About this task: Of the records that follow, copy only the lines from the line containing "#62=IFCAXIS2PLACEMENT3D(#61,$,$);" to the line containing "#77=IFCLOCALPLACEMENT(#11,#76);", both included, exactly as written.

Information provided:
##############################
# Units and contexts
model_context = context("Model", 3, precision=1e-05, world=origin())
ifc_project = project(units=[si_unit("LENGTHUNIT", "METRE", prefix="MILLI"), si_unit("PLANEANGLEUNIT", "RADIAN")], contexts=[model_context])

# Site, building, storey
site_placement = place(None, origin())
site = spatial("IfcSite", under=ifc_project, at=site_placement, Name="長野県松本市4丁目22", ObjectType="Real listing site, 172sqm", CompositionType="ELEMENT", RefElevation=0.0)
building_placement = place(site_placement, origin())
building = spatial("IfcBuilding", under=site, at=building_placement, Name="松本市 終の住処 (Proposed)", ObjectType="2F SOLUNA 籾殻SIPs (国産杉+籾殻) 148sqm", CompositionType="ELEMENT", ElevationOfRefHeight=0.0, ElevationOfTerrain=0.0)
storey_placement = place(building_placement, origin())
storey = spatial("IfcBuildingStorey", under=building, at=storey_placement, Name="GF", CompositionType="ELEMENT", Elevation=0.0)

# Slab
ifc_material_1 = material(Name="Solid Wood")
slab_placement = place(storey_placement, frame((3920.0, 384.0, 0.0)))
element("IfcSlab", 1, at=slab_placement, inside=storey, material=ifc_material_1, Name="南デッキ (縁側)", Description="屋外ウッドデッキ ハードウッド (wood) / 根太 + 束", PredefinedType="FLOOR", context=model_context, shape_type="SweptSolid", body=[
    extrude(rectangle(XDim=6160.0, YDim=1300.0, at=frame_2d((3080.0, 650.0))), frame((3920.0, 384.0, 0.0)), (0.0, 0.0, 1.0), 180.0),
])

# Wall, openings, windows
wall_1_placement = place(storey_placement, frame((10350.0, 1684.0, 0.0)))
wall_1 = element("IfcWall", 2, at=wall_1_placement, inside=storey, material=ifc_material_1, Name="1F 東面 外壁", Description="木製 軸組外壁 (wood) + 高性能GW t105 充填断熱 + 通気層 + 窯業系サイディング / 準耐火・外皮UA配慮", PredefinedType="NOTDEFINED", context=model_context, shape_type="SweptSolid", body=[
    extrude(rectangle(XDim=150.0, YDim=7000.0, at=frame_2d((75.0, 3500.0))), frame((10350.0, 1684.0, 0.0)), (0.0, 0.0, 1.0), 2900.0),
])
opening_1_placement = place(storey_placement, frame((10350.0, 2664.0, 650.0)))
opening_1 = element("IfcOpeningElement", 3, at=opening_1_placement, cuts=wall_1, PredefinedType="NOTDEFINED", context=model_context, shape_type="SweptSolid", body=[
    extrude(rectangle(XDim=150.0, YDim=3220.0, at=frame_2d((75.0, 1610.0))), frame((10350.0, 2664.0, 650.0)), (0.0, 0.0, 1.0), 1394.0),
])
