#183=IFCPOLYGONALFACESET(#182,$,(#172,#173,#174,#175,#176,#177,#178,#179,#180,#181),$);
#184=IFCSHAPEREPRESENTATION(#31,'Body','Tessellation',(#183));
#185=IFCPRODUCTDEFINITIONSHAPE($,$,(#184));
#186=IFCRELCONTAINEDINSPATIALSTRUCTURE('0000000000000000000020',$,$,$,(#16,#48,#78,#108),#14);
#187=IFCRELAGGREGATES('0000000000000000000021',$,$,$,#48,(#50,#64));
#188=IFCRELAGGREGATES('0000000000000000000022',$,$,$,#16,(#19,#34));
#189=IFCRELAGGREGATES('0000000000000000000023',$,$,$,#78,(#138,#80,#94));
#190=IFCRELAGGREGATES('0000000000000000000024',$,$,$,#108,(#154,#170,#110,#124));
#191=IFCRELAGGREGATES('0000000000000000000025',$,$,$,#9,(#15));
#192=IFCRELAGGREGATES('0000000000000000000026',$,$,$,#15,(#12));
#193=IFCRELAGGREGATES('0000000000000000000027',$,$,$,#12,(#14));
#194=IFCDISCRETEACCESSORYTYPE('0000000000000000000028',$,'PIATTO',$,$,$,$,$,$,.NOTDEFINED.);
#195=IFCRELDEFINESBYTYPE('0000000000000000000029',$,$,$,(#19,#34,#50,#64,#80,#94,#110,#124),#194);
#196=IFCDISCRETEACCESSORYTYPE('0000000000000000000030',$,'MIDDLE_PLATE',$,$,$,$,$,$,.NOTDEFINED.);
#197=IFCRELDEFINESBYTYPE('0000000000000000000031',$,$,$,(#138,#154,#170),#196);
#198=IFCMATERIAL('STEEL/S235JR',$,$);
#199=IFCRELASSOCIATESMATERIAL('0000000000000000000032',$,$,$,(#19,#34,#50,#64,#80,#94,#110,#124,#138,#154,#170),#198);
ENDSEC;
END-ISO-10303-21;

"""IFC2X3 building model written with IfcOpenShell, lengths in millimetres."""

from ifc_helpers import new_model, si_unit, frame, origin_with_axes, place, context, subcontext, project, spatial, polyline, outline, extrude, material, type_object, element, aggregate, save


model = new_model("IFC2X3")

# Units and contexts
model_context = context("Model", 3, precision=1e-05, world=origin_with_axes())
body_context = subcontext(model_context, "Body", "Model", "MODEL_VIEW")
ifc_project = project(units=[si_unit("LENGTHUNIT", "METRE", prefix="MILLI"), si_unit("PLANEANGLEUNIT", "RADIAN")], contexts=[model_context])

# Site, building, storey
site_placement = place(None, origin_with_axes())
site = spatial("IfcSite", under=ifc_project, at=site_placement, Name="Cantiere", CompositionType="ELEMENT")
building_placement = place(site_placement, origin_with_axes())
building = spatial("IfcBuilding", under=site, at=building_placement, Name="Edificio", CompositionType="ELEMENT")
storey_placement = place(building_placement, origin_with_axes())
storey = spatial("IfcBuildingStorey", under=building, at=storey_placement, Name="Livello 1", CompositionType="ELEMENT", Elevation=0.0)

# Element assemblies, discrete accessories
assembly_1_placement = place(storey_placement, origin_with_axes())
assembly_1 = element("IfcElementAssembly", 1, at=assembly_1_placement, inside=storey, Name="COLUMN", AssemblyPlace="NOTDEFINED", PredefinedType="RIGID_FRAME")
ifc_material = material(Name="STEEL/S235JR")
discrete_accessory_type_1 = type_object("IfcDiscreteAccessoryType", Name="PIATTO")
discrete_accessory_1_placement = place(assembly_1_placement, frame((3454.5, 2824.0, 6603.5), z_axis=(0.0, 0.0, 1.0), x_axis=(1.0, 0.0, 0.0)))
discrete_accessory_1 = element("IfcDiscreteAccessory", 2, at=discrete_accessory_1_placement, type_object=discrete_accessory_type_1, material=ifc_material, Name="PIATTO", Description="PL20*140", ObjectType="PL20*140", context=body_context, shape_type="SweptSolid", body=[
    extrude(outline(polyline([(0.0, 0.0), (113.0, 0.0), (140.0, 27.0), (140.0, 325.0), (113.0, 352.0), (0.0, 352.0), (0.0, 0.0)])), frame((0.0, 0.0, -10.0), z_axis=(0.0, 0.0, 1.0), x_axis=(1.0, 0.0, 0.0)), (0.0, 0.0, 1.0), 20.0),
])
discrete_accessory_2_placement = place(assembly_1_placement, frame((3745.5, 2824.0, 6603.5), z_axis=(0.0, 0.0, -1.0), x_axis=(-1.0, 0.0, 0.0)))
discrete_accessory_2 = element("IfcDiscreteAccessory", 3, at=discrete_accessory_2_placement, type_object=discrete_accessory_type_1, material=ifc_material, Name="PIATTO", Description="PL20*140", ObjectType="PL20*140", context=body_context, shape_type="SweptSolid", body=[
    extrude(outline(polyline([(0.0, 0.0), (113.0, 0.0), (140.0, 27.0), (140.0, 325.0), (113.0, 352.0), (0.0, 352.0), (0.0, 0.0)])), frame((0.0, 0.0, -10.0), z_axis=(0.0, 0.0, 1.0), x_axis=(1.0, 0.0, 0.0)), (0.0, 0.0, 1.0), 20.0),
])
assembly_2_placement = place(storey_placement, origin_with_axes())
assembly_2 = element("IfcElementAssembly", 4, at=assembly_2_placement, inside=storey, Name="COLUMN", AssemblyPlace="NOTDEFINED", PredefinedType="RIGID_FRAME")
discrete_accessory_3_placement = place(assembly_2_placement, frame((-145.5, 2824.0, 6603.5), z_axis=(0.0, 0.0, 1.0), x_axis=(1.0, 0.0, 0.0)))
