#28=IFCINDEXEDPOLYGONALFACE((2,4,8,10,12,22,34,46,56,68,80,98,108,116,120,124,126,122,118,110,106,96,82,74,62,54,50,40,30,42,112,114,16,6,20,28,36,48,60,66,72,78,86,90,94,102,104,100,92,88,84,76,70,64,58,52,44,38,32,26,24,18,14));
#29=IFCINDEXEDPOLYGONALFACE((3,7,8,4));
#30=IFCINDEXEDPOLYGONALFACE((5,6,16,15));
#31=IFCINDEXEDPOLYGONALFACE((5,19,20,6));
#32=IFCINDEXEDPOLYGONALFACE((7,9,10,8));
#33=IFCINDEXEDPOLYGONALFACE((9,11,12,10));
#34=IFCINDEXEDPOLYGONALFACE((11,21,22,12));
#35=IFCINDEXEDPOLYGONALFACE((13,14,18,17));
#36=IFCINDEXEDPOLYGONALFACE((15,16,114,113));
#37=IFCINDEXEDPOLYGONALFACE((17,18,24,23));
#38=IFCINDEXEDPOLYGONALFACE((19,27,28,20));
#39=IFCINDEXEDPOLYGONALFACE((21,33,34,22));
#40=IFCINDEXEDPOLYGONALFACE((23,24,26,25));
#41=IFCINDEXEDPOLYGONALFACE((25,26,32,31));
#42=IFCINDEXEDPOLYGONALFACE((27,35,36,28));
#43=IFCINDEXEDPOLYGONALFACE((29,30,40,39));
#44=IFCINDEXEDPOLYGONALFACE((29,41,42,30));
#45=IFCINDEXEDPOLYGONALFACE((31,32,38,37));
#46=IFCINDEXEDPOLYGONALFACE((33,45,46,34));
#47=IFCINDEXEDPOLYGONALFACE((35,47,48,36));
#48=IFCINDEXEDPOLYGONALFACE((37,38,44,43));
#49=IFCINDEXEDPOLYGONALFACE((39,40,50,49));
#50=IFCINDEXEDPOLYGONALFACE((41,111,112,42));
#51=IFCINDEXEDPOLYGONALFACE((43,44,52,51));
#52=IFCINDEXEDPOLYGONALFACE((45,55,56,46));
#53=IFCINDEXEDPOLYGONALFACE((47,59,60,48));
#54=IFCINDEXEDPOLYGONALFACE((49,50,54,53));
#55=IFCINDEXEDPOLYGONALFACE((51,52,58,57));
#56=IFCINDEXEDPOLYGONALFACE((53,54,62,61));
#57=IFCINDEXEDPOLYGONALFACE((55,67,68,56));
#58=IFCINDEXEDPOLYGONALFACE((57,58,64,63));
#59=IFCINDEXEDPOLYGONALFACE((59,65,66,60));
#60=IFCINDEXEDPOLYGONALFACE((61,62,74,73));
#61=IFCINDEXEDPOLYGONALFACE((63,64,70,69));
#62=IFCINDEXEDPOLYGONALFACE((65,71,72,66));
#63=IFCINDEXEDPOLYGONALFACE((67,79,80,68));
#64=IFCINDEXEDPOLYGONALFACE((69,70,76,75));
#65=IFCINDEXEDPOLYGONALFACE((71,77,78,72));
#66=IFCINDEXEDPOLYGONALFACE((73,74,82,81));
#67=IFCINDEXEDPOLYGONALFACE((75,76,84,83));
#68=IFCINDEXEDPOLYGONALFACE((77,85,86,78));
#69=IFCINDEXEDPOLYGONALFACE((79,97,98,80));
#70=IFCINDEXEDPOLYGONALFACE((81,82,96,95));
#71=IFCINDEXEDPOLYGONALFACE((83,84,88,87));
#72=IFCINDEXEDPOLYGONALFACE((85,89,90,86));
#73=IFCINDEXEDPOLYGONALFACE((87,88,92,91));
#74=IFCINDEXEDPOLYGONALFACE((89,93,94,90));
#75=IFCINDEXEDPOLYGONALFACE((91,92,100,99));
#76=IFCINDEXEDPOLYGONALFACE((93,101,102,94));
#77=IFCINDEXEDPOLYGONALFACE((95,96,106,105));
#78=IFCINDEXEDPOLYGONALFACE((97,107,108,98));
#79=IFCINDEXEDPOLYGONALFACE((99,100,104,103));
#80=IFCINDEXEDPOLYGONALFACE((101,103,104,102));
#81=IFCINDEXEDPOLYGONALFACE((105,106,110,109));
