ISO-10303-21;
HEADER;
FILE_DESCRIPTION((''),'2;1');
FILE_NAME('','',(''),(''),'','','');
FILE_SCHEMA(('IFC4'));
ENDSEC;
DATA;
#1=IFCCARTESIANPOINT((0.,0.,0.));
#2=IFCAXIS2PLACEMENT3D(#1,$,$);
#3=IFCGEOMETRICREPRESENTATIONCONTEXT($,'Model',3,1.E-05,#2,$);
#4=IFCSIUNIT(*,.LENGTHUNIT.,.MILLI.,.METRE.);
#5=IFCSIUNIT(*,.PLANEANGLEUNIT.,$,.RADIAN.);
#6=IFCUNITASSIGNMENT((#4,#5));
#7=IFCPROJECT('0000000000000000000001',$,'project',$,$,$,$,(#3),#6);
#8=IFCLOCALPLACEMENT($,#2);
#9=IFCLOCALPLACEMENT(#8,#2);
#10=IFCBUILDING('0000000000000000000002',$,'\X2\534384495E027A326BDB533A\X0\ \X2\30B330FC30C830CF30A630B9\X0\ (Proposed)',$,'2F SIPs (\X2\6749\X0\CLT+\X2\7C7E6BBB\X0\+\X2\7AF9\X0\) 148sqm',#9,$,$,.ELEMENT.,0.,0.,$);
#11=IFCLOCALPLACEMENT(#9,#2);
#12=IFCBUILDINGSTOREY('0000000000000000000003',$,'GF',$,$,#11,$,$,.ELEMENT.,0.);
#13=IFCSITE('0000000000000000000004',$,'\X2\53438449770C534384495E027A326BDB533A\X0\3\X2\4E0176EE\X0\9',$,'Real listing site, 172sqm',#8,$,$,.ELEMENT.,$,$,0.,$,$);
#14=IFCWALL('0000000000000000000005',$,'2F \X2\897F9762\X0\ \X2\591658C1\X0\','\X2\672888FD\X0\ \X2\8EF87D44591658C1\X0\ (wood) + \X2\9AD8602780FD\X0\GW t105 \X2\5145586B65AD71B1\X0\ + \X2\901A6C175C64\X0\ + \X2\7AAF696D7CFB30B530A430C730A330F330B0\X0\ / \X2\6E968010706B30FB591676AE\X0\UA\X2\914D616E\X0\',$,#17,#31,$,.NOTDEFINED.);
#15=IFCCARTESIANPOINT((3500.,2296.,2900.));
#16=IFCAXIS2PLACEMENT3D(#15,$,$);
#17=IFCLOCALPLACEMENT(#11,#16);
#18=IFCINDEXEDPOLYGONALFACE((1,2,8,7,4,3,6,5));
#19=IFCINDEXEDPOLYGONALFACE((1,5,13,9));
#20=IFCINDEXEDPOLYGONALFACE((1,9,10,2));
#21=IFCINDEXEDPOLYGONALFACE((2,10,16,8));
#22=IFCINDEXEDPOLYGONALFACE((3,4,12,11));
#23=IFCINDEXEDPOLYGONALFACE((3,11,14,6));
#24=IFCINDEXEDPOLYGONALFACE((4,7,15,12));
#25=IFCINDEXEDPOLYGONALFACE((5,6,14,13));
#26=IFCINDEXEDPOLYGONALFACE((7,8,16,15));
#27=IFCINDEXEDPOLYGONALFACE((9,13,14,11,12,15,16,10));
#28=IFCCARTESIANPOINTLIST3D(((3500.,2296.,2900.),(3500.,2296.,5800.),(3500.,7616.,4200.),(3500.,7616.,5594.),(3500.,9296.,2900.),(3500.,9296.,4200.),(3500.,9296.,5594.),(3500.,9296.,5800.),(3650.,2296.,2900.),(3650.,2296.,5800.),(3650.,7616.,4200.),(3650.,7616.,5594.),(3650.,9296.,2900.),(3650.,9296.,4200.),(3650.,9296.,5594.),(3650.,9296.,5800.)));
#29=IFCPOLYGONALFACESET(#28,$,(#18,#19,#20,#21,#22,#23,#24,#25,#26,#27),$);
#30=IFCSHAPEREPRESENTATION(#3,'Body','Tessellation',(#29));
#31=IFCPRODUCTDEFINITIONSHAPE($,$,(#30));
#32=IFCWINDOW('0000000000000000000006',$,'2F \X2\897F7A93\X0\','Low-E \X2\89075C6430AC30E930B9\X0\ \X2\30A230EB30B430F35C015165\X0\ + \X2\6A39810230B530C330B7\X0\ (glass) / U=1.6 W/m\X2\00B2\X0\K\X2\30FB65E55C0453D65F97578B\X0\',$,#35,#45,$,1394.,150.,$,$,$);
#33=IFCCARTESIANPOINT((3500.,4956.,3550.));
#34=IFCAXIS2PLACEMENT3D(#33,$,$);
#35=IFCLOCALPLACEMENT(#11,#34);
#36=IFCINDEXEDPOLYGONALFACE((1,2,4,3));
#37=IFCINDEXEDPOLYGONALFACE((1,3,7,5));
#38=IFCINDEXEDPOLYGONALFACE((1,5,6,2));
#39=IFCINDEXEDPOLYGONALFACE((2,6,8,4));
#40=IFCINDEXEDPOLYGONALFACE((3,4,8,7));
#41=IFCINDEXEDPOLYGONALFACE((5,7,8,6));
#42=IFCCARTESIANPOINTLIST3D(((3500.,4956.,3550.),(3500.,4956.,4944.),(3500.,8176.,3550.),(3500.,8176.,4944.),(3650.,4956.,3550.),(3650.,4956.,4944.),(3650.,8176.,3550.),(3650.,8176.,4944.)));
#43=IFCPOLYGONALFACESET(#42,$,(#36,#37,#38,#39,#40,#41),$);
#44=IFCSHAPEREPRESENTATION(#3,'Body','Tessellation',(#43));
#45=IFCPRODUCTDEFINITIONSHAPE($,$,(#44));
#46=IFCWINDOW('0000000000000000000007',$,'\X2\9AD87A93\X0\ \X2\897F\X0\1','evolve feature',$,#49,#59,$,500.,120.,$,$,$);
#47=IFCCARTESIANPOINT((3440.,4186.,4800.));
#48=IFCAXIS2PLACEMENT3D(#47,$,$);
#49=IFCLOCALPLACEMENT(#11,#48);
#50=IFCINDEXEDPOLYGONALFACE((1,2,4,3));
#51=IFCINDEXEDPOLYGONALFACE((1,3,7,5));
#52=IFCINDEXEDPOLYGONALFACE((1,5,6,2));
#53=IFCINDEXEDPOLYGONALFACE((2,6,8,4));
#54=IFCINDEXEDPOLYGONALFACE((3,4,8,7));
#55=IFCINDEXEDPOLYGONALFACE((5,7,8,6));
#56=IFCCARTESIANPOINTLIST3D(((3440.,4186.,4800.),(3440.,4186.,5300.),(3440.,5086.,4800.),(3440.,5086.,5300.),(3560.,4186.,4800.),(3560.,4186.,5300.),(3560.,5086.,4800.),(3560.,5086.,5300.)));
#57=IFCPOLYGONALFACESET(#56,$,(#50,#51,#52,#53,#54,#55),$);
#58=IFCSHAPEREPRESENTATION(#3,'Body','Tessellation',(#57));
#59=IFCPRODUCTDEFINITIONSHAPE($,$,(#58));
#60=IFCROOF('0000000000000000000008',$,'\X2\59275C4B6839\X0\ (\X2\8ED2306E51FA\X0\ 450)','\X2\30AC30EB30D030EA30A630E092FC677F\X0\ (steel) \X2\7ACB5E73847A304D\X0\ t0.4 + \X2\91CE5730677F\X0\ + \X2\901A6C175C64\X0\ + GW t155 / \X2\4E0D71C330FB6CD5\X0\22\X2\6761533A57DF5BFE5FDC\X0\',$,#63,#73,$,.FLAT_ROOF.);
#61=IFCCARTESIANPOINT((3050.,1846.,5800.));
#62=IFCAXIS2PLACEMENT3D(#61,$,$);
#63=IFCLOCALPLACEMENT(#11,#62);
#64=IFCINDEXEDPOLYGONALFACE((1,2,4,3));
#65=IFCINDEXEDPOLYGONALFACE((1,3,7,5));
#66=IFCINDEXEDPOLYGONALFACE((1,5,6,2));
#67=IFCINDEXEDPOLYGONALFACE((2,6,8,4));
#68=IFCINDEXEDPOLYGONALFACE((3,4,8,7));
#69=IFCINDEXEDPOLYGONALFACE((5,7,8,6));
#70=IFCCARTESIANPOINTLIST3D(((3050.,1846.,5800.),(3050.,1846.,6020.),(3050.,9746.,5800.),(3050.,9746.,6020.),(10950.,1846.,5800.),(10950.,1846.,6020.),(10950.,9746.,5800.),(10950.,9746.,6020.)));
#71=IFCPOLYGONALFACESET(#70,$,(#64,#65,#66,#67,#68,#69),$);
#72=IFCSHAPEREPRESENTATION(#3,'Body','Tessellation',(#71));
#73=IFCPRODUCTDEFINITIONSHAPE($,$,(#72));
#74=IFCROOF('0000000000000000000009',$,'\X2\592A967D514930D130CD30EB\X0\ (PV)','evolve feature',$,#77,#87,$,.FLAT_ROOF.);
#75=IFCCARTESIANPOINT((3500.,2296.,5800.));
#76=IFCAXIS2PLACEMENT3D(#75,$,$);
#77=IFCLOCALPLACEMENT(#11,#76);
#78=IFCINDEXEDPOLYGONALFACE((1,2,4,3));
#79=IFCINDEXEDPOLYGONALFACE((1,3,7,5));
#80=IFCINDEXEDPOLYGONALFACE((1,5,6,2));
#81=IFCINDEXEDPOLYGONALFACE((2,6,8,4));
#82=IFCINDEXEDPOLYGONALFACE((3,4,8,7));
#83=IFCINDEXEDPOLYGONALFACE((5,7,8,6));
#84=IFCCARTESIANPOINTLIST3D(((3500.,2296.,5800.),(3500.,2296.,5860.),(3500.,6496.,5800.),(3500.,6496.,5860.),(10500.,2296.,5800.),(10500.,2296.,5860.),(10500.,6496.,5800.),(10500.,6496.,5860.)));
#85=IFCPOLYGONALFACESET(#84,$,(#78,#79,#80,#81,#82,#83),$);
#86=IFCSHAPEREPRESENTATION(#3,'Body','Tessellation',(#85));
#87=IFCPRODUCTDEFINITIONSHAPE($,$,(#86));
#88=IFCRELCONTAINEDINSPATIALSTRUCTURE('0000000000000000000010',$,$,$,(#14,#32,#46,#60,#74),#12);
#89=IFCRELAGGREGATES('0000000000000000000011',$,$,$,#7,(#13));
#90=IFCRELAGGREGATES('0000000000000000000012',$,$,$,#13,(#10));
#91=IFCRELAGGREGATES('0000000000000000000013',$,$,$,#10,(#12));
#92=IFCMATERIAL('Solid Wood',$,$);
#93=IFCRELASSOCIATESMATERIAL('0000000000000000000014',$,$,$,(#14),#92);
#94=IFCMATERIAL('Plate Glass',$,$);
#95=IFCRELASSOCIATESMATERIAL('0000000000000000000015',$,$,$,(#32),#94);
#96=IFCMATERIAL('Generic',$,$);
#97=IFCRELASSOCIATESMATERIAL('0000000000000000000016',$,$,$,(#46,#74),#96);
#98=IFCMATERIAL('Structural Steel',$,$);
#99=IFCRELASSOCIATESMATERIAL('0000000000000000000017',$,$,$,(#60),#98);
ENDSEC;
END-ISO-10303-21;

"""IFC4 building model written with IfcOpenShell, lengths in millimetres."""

from ifc_helpers import new_model, si_unit, frame, frame_2d, origin, place, context, project, spatial, rectangle, extrude, material, element, fill, save


model = new_model("IFC4")

# Units and contexts
model_context = context("Model", 3, precision=1e-05, world=origin())
ifc_project = project(units=[si_unit("LENGTHUNIT", "METRE", prefix="MILLI"), si_unit("PLANEANGLEUNIT", "RADIAN")], contexts=[model_context])

# Site, building, storey
site_placement = place(None, origin())
site = spatial("IfcSite", under=ifc_project, at=site_placement, Name="千葉県千葉市稲毛区3丁目9", ObjectType="Real listing site, 172sqm", CompositionType="ELEMENT", RefElevation=0.0)
building_placement = place(site_placement, origin())
building = spatial("IfcBuilding", under=site, at=building_placement, Name="千葉市稲毛区 コートハウス (Proposed)", ObjectType="2F SIPs (杉CLT+籾殻+竹) 148sqm", CompositionType="ELEMENT", ElevationOfRefHeight=0.0, ElevationOfTerrain=0.0)
storey_placement = place(building_placement, origin())
storey = spatial("IfcBuildingStorey", under=building, at=storey_placement, Name="GF", CompositionType="ELEMENT", Elevation=0.0)

# Shared definitions
ifc_material_1 = material(Name="Solid Wood")
ifc_material_2 = material(Name="Generic")

# Shared definitions
ifc_material_3 = material(Name="Plate Glass")

# Wall, openings, windows
wall_1_placement = place(storey_placement, frame((3500.0, 2296.0, 2900.0)))
wall_1 = element("IfcWall", 1, at=wall_1_placement, inside=storey, material=ifc_material_1, Name="2F 西面 外壁", Description="木製 軸組外壁 (wood) + 高性能GW t105 充填断熱 + 通気層 + 窯業系サイディング / 準耐火・外皮UA配慮", PredefinedType="NOTDEFINED", context=model_context, shape_type="SweptSolid", body=[
    extrude(rectangle(XDim=150.0, YDim=7000.0, at=frame_2d((75.0, 3500.0))), frame((3500.0, 2296.0, 2900.0)), (0.0, 0.0, 1.0), 2900.0),
])
opening_1_placement = place(storey_placement, frame((3500.0, 4956.0, 3550.0)))
opening_1 = element("IfcOpeningElement", 2, at=opening_1_placement, cuts=wall_1, PredefinedType="NOTDEFINED", context=model_context, shape_type="SweptSolid", body=[
    extrude(rectangle(XDim=150.0, YDim=3220.0, at=frame_2d((75.0, 1610.0))), frame((3500.0, 4956.0, 3550.0)), (0.0, 0.0, 1.0), 1394.0),
])
opening_2_placement = place(storey_placement, frame((3440.0, 4186.0, 4800.0)))
opening_2 = element("IfcOpeningElement", 3, at=opening_2_placement, cuts=wall_1, PredefinedType="NOTDEFINED", context=model_context, shape_type="SweptSolid", body=[
    extrude(rectangle(XDim=120.0, YDim=900.0, at=frame_2d((60.0, 450.0))), frame((3440.0, 4186.0, 4800.0)), (0.0, 0.0, 1.0), 500.0),
])
window_1_placement = place(storey_placement, frame((3500.0, 4956.0, 3550.0)))
window_1 = element("IfcWindow", 4, at=window_1_placement, inside=storey, material=ifc_material_3, Name="2F 西窓", Description="Low-E 複層ガラス アルゴン封入 + 樹脂サッシ (glass) / U=1.6 W/m²K・日射取得型", OverallHeight=1394.0, OverallWidth=150.0, context=model_context, shape_type="SweptSolid", body=[
    extrude(rectangle(XDim=150.0, YDim=3220.0, at=frame_2d((75.0, 1610.0))), frame((3500.0, 4956.0, 3550.0)), (0.0, 0.0, 1.0), 1394.0),
])
fill(opening_1, window_1)
window_2_placement = place(storey_placement, frame((3440.0, 4186.0, 4800.0)))
window_2 = element("IfcWindow", 5, at=window_2_placement, inside=storey, material=ifc_material_2, Name="高窓 西1", Description="evolve feature", OverallHeight=500.0, OverallWidth=120.0, context=model_context, shape_type="SweptSolid", body=[
    extrude(rectangle(XDim=120.0, YDim=900.0, at=frame_2d((60.0, 450.0))), frame((3440.0, 4186.0, 4800.0)), (0.0, 0.0, 1.0), 500.0),
])
fill(opening_2, window_2)

# Roofs
ifc_material_4 = material(Name="Structural Steel")
roof_1_placement = place(storey_placement, frame((3050.0, 1846.0, 5800.0)))
element("IfcRoof", 6, at=roof_1_placement, inside=storey, material=ifc_material_4, Name="大屋根 (軒の出 450)", Description="ガルバリウム鋼板 (steel) 立平葺き t0.4 + 野地板 + 通気層 + GW t155 / 不燃・法22条区域対応", PredefinedType="FLAT_ROOF", context=model_context, shape_type="SweptSolid", body=[
    extrude(rectangle(XDim=7900.0, YDim=7900.0, at=frame_2d((3950.0, 3950.0))), frame((3050.0, 1846.0, 5800.0)), (0.0, 0.0, 1.0), 220.0),
])
roof_2_placement = place(storey_placement, frame((3500.0, 2296.0, 5800.0)))
element("IfcRoof", 7, at=roof_2_placement, inside=storey, material=ifc_material_2, Name="太陽光パネル (PV)", Description="evolve feature", PredefinedType="FLAT_ROOF", context=model_context, shape_type="SweptSolid", body=[
    extrude(rectangle(XDim=7000.0, YDim=4200.0, at=frame_2d((3500.0, 2100.0))), frame((3500.0, 2296.0, 5800.0)), (0.0, 0.0, 1.0), 60.0),
])

save(model, "model.ifc")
##############################
Output:
#62=IFCAXIS2PLACEMENT3D(#61,$,$);
#63=IFCLOCALPLACEMENT(#11,#62);
#64=IFCINDEXEDPOLYGONALFACE((1,2,4,3));
#65=IFCINDEXEDPOLYGONALFACE((1,3,7,5));
#66=IFCINDEXEDPOLYGONALFACE((1,5,6,2));
#67=IFCINDEXEDPOLYGONALFACE((2,6,8,4));
#68=IFCINDEXEDPOLYGONALFACE((3,4,8,7));
#69=IFCINDEXEDPOLYGONALFACE((5,7,8,6));
#70=IFCCARTESIANPOINTLIST3D(((3050.,1846.,5800.),(3050.,1846.,6020.),(3050.,9746.,5800.),(3050.,9746.,6020.),(10950.,1846.,5800.),(10950.,1846.,6020.),(10950.,9746.,5800.),(10950.,9746.,6020.)));
#71=IFCPOLYGONALFACESET(#70,$,(#64,#65,#66,#67,#68,#69),$);
#72=IFCSHAPEREPRESENTATION(#3,'Body','Tessellation',(#71));
#73=IFCPRODUCTDEFINITIONSHAPE($,$,(#72));
#74=IFCROOF('0000000000000000000009',$,'\X2\592A967D514930D130CD30EB\X0\ (PV)','evolve feature',$,#77,#87,$,.FLAT_ROOF.);
#75=IFCCARTESIANPOINT((3500.,2296.,5800.));
#76=IFCAXIS2PLACEMENT3D(#75,$,$);
#77=IFCLOCALPLACEMENT(#11,#76);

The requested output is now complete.